A aceitabilidade foi menor no grupo de 30 minutos em comparação com os grupos de 60 e 120 minutos, sem diferença significativa entre estes dois últimos. As pontuações de adequação foram semelhantes entre os grupos, com apenas uma diferença modesta, porém estatisticamente significativa, entre os grupos de 60 e 120 minutos.

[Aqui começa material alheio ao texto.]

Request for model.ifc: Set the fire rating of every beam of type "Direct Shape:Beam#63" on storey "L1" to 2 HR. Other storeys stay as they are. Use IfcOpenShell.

First a look at what the model holds.

```python
import ifcopenshell
import ifcopenshell.util.element

model = ifcopenshell.open("model.ifc")
print(model.schema)
storey = next(s for s in model.by_type("IfcBuildingStorey") if s.Name == "L1")
beams = [e for e in ifcopenshell.util.element.get_decomposition(storey) if e.is_a("IfcBeam")]
seen = {}
for e in beams:
    element_type = ifcopenshell.util.element.get_type(e)
    key = (element_type.Name if element_type != e and element_type else None, ifcopenshell.util.element.get_pset(e, "Pset_BeamCommon", "FireRating"))
    seen[key] = seen.get(key, 0) + 1
for (name, value), count in sorted(seen.items(), key=str):
    print(count, "x", name, "|", value)
```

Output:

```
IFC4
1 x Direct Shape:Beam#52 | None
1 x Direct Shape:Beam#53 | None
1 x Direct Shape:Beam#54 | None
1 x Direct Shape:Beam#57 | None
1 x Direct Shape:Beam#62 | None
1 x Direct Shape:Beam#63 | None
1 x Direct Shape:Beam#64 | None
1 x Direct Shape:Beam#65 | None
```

```python
import ifcopenshell
import ifcopenshell.api.pset
import ifcopenshell.util.element

model = ifcopenshell.open("model.ifc")

storey = next(s for s in model.by_type("IfcBuildingStorey") if s.Name == "L1")
beams = [e for e in ifcopenshell.util.element.get_decomposition(storey) if e.is_a("IfcBeam")]

count = 0
for e in beams:
    element_type = ifcopenshell.util.element.get_type(e)
    if element_type in (None, e) or element_type.Name != "Direct Shape:Beam#63":
        continue
    # add_pset returns the element's existing set when there is one.
    pset = ifcopenshell.api.pset.add_pset(model, product=e, name="Pset_BeamCommon")
    ifcopenshell.api.pset.edit_pset(model, pset=pset, properties={"FireRating": "2 HR"})
    count += 1

print(count, "beams updated")

model.write("model_v2.ifc")
```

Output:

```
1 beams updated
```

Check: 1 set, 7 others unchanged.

A fadiga relatada e o afeto negativo diminuíram significativamente, enquanto o afeto positivo aumentou significativamente do período pré-intervenção para o pós-intervenção em todos os grupos de intervenção ( Figura 2. Interações significativas entre tempo e condição (p < 0,01) foram observadas para todos os desfechos psicossociais. As melhorias na fadiga relatada e no afeto positivo seguiram um padrão dose-resposta, com os grupos de 30 e 60 minutos ultrapassando o limiar de MID para esses desfechos. Apenas o grupo de 30 minutos ultrapassou o limiar de MID para o afeto negativo, com os grupos de 30 e 60 minutos apresentando mudanças significativamente maiores em comparação com o grupo de 120 minutos. Interações significativas entre tempo e condição (p < 0,01) também foram observadas para todos os desfechos relacionados ao trabalho

Conclusão:

  • Nesta intervenção pragmática de grande escala, as pausas para movimento demonstraram bom potencial de implementação e eficácia na melhoria dos resultados psicossociais ao longo do período de intervenção de duas semanas.
  • As pausas a cada hora ofereceram o melhor equilíbrio entre viabilidade e eficácia.
  • Esses resultados apoiam as pausas para movimento como uma estratégia de saúde pública potencialmente viável para reduzir os danos do comportamento sedentário prolongado.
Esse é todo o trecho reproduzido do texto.